## Work instruction
Every line of the records below that has the word "contexts" should be copied.

## Provided data
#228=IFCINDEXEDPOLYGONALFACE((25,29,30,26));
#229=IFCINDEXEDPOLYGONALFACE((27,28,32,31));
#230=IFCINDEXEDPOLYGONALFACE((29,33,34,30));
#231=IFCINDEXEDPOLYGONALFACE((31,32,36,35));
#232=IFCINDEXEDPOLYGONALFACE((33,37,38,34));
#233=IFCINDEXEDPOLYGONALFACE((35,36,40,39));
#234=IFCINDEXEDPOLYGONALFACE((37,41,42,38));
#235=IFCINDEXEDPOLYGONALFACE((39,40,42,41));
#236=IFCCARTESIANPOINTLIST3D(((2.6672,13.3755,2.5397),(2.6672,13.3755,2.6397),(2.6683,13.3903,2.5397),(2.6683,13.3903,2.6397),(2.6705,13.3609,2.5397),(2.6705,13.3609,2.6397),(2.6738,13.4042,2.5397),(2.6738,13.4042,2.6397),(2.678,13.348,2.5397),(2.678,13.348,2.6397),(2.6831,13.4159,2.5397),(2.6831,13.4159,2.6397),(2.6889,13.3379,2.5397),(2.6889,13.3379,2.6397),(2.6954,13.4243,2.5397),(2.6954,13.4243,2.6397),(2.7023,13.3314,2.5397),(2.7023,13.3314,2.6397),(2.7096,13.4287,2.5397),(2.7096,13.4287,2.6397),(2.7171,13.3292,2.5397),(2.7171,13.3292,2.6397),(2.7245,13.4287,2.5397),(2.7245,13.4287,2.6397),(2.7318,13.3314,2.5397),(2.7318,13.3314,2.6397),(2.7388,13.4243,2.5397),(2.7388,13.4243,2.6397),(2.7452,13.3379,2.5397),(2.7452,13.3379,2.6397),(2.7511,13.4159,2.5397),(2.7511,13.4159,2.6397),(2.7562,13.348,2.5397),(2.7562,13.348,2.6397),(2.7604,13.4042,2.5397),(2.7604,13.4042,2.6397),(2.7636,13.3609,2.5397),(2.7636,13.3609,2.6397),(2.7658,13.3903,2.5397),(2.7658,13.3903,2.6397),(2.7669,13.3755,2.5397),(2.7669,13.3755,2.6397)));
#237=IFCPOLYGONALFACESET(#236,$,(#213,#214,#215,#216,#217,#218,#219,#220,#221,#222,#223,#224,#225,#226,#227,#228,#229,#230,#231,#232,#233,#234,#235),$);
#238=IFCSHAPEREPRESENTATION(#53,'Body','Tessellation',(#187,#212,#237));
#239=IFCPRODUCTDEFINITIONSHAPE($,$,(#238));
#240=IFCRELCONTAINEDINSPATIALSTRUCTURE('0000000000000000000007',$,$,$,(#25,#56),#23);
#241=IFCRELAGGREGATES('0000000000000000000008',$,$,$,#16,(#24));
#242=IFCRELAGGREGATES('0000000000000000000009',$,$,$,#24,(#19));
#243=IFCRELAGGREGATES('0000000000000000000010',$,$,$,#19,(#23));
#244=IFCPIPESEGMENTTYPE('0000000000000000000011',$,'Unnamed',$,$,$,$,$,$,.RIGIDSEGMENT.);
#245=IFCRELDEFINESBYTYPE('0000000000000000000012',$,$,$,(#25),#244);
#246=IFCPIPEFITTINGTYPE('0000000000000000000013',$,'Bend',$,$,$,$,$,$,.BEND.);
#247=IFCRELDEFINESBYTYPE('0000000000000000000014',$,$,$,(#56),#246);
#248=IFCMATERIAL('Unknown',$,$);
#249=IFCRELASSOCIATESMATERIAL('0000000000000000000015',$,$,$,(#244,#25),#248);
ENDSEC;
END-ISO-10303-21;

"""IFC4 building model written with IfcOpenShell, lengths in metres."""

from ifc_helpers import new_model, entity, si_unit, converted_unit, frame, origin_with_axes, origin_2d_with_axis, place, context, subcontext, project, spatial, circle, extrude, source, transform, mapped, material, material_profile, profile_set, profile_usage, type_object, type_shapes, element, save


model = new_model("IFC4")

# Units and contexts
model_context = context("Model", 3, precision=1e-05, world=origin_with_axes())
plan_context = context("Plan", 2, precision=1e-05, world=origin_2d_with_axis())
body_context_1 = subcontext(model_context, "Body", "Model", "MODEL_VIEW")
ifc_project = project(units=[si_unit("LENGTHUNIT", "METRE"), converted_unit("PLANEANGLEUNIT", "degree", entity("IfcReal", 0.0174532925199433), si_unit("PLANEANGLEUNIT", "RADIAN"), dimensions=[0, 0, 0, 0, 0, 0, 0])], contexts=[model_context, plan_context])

## Written solution
# Units and contexts
ifc_project = project(units=[si_unit("LENGTHUNIT", "METRE"), converted_unit("PLANEANGLEUNIT", "degree", entity("IfcReal", 0.0174532925199433), si_unit("PLANEANGLEUNIT", "RADIAN"), dimensions=[0, 0, 0, 0, 0, 0, 0])], contexts=[model_context, plan_context])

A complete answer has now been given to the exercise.